Brazil is a happening place right now. First, President Luiz Inácio Lula da Silva was inaugurated on January 1, after Bolsonaro had fled to Florida subsequent to losing his presidential immunity. Pelé was buried in his final resting place on Tuesday as millions of fans in Brazil and around the world mourned the sports legend, and now Brazilian authorities are reopening a criminal fraud case against Rep.-elect George Santos (R-N.Y.) from more than a decade ago.
Adding to the local and federal investigations already ongoing in the United States following the revelations of the false statements he has made about himself, they are seeking his response on charges from 2008.
A spokesperson for Rio de Janeiro’s prosecutor’s office told The New York Times that police had been unable to locate Santos, but with his location now known, thanks to his newly-won fame, the office will request that the Justice Department formally notify him of the charges.

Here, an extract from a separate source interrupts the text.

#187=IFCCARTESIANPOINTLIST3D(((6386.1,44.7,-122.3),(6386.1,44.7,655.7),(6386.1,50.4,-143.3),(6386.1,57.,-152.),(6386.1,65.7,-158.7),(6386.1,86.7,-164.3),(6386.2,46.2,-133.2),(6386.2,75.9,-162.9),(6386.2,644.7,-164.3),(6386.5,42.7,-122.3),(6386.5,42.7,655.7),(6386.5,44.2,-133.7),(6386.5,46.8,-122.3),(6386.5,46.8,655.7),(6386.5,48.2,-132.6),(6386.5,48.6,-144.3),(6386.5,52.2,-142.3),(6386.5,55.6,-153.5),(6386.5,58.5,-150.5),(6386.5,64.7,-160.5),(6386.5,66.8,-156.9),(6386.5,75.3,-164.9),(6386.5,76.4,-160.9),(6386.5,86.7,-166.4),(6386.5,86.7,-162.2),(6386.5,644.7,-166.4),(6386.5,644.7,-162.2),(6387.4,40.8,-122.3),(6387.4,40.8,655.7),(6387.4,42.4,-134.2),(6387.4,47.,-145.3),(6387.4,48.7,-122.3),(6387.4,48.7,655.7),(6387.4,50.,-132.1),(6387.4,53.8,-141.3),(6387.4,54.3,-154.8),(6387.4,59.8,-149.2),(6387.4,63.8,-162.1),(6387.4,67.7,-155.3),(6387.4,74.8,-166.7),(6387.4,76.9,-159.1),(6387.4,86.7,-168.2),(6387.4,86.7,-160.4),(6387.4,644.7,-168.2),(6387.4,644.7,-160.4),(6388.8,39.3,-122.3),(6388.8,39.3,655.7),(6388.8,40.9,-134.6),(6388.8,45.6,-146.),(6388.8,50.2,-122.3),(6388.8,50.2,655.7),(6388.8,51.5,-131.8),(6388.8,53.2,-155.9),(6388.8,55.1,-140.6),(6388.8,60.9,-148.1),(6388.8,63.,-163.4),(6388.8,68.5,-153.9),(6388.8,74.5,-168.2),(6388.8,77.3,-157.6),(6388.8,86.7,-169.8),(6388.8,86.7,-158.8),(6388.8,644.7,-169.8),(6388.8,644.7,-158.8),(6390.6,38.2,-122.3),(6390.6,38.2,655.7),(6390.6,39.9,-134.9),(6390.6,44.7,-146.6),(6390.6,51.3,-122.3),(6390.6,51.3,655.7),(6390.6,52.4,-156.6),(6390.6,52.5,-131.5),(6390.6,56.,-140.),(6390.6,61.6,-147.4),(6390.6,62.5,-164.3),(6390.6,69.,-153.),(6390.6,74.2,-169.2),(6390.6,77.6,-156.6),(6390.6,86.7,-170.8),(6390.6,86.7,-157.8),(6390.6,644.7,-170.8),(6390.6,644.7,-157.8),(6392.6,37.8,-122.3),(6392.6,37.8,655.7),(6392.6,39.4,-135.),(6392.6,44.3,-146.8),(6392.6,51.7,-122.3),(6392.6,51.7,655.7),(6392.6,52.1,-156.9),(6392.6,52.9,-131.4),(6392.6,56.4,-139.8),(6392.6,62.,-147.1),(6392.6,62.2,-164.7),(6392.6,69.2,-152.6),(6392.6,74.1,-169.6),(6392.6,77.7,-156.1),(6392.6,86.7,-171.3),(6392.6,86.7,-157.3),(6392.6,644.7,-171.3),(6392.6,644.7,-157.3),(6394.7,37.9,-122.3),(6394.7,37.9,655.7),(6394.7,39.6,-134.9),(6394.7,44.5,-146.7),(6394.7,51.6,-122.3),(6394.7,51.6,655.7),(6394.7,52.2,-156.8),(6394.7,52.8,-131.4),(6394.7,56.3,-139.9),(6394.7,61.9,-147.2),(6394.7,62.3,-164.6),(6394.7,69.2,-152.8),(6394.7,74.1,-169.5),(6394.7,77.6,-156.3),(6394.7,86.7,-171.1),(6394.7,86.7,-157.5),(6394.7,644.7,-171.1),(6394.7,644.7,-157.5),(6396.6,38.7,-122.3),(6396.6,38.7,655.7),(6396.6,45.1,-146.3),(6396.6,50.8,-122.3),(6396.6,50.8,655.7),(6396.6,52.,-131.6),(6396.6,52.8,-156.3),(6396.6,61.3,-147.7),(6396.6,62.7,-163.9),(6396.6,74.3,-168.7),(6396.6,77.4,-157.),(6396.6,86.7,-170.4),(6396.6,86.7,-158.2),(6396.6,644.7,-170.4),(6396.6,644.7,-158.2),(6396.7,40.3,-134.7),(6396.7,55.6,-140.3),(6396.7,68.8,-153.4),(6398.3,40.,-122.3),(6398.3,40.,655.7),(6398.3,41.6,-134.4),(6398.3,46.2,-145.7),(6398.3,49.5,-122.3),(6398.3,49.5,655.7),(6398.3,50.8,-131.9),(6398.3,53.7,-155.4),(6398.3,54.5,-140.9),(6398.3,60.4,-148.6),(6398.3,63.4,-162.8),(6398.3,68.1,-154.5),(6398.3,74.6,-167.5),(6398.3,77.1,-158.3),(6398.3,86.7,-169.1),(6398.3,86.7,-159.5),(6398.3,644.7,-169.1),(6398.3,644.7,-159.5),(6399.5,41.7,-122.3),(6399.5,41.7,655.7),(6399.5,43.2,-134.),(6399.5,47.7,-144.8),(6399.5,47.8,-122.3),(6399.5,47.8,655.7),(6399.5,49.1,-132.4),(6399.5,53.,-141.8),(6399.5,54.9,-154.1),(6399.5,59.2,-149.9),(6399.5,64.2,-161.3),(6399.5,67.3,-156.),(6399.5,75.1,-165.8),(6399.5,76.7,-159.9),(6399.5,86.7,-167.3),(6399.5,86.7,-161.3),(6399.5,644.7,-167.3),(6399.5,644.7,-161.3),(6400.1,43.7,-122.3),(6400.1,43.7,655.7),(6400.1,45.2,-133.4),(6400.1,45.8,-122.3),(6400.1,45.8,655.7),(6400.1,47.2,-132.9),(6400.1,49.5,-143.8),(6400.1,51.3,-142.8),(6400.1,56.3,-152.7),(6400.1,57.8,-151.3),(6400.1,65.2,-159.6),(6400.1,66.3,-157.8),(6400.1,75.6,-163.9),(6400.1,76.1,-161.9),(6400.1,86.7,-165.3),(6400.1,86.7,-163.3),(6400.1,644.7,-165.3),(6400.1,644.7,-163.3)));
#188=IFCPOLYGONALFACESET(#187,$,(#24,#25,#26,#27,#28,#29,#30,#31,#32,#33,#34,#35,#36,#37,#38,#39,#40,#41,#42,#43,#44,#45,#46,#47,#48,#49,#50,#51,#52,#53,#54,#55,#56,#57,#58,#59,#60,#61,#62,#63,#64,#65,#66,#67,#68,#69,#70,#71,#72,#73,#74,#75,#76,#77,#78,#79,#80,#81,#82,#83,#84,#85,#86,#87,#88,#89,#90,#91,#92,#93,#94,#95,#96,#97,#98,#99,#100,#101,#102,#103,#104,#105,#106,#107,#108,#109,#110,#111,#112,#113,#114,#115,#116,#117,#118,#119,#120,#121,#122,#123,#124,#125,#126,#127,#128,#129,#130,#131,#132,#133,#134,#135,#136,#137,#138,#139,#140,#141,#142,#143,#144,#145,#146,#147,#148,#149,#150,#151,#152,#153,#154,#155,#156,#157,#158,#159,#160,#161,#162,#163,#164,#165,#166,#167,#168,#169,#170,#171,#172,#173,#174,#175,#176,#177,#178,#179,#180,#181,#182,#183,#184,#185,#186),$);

By now the story is familiar: Santos reportedly entered a small clothing store in Niterói, a city outside Rio de Janeiro, shortly before his 20th birthday in 2008 and spent almost $700 using a stolen checkbook and a fake name, according to court records.
He admitted to the shop owner that he committed fraud in August 2009 and wrote on a social media website that he knows he “screwed up” but wants to pay. He and his mother told police the next year that he stole the checkbook from a man that the mother formerly worked for, the Times reported.

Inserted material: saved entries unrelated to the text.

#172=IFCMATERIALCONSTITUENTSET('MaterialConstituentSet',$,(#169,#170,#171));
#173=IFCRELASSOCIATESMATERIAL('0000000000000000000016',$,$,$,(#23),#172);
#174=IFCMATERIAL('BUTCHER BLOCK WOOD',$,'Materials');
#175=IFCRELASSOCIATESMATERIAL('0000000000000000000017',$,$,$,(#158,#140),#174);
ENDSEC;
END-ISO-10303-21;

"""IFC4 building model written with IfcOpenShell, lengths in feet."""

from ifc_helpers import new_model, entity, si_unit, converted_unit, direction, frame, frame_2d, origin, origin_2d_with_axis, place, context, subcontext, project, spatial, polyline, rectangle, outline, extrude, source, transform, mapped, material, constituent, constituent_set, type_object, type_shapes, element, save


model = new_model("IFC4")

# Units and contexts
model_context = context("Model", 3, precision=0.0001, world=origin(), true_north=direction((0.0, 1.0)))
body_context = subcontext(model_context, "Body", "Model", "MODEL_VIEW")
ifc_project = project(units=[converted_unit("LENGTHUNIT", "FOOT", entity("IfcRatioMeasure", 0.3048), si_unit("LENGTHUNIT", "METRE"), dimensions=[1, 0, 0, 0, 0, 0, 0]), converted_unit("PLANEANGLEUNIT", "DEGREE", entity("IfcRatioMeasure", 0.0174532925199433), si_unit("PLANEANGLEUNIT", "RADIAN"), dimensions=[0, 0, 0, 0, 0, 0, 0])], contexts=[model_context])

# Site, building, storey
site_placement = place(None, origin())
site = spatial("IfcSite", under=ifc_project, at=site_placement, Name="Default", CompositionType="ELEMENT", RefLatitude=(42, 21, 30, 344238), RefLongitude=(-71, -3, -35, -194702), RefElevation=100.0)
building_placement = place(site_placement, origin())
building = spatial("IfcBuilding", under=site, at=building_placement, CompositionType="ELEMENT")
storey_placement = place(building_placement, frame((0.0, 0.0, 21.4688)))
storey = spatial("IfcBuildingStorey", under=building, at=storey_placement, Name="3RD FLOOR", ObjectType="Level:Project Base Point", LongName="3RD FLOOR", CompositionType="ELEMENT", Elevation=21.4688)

A judge approved a charge against Santos in September 2011 and ordered Santos to respond, but he was in the United States by October and he ignored it.

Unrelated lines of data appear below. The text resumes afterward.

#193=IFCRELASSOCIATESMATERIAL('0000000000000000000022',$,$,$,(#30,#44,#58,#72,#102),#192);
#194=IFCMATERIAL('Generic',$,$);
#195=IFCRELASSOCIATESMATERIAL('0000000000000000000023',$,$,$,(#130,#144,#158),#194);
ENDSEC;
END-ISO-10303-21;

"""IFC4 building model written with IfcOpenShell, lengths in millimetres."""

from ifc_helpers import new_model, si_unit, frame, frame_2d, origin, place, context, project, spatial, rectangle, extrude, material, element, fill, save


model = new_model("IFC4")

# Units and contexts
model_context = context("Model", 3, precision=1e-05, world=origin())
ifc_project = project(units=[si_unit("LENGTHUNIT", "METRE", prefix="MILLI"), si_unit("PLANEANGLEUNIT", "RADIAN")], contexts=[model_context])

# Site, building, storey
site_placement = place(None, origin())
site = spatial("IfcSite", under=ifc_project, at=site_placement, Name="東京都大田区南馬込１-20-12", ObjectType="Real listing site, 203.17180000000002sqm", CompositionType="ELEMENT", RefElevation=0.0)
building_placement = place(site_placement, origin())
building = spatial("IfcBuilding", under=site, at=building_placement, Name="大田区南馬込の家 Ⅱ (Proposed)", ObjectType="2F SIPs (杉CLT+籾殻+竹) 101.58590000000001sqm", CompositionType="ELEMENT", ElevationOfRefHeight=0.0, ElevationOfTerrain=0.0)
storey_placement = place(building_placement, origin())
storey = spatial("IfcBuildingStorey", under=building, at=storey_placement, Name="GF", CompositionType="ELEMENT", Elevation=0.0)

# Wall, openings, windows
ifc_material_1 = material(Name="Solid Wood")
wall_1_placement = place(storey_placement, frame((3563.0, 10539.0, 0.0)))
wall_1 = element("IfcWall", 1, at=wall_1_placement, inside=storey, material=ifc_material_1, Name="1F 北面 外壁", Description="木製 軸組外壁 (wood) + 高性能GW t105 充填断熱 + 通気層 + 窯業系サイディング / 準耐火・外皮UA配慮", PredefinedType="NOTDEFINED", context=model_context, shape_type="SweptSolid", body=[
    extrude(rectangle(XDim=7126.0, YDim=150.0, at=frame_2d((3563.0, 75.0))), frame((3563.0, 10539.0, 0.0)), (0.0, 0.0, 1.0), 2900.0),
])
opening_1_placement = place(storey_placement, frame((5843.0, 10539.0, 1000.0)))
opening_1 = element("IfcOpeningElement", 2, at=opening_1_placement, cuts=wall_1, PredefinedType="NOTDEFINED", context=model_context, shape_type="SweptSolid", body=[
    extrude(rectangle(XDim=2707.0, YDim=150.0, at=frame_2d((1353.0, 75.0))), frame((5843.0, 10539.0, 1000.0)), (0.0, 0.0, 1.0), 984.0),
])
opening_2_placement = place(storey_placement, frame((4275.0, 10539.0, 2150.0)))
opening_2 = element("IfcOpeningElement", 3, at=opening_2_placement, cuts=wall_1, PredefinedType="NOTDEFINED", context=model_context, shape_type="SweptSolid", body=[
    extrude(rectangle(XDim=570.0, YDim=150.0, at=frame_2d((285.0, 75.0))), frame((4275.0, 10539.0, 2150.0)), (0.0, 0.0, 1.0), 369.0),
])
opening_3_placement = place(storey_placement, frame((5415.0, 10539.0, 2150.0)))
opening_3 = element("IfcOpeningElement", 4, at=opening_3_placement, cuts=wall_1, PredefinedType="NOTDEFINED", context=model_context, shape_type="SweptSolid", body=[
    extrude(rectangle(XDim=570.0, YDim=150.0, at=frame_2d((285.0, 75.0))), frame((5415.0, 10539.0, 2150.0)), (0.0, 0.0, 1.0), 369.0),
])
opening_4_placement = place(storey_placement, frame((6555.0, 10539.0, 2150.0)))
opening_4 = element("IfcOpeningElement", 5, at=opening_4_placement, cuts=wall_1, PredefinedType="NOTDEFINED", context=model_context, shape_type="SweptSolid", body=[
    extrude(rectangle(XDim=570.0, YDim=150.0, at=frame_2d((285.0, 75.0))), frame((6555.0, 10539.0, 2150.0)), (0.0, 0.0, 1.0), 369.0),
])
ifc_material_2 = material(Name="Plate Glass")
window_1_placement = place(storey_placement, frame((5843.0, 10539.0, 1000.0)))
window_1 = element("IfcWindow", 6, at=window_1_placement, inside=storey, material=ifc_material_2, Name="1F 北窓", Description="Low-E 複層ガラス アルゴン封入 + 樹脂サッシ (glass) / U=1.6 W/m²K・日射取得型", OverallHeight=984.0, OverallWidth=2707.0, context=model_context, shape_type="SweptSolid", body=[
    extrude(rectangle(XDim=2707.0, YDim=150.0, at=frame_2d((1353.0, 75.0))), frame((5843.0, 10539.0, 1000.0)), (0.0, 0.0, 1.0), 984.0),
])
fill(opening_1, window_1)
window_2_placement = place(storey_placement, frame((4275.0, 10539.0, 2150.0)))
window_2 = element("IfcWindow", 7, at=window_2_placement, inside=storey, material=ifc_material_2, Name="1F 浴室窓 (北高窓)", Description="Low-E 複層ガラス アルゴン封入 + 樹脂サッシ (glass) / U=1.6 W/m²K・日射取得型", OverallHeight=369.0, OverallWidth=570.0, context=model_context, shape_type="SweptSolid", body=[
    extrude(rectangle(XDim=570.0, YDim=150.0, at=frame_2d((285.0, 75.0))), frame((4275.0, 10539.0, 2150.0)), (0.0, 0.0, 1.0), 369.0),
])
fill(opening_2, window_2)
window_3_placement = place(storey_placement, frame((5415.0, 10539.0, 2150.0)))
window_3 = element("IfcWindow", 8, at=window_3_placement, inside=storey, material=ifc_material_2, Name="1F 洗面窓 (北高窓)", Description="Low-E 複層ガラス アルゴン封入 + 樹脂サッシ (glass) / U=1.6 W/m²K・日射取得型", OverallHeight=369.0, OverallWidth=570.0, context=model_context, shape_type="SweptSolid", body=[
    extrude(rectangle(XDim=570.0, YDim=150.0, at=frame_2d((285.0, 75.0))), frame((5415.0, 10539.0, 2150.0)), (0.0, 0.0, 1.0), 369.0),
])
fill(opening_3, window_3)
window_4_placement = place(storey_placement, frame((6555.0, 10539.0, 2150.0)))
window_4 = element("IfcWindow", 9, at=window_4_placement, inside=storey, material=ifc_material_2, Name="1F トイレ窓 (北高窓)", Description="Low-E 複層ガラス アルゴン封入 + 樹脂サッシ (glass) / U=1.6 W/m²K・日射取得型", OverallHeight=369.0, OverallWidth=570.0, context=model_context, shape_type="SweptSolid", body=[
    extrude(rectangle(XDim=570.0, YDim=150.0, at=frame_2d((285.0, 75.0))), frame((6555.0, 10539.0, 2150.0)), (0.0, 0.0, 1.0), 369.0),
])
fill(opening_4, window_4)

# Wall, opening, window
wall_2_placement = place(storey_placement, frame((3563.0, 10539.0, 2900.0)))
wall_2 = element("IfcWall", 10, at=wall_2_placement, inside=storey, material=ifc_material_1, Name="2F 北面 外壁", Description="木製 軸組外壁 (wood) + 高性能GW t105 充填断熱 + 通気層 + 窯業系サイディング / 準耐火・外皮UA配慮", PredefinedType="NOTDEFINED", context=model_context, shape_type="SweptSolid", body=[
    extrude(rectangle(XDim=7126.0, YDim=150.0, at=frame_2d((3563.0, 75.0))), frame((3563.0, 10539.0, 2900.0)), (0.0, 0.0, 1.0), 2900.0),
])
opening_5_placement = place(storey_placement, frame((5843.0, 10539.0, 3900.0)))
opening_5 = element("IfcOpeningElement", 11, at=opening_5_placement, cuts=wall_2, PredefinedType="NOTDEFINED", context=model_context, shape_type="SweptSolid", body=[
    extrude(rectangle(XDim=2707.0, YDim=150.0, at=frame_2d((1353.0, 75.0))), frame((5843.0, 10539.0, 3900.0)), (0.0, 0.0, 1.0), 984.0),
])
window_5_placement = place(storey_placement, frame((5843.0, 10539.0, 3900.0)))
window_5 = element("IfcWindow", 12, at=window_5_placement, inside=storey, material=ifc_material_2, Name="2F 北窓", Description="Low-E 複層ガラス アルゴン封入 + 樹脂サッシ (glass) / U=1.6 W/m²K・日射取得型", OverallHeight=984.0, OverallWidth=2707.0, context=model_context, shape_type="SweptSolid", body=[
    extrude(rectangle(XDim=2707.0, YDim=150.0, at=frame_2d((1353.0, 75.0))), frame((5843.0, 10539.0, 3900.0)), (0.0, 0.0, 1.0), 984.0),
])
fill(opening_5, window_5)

As has been the case with his many lies, Santos previously denied that any criminal charge had been filed against him in Brazil in an interview with the New York Post last week, saying, “I am not a criminal here — not here or in Brazil or any jurisdiction in the world,” he said. “Absolutely not. That didn’t happen.” Unfortunately, the charge proved to be all too real and now extradition to Brazil may be in his future.
The Rio de Janeiro prosecutor’s office announced a formal request will be made through the US Justice Department.. If he does not appear in Brazilian court, he could be tried in absentia and face up to five years in prison if found guilty.
However, here in the US, there is no mechanism to stop a congressman-elect from taking office if duly elected, even when unmasked as a complete fraud. A two-thirds vote of the House of Representatives would be needed in order to expel him from office, something which has only happened twice since the Civil War.
Even if he is found guilty of the crime, it does not mean he is automatically expelled. But the Republican Party leadership has been silent on whether Santos should take office. It is widely known that Kevin McCarthy, who is once again attempting to win the place of Speaker of the House, is short of votes. He therefore needs every vote that he can scrounge and George Santos has already pledged his.
McCarthy needs 218 votes to be elected speaker, meaning he can only lose the support of five members of his party. But today he failed to secure the necessary number of votes to secure him the position, the first time in nearly a century that the majority party’s nominee needed a second vote. Lawmakers have followed through on their threats to oppose him as speaker in what is being called the Republican mutiny. McCarthy is belligerent and vows to keep trying.
At present, is not clear exactly how easily Santos could be extradited to Brazil, but it might be just as difficult to achieve that as it is to expel him from Congress. In any case, no newly-elected representatives can be sworn in until a speaker is elected.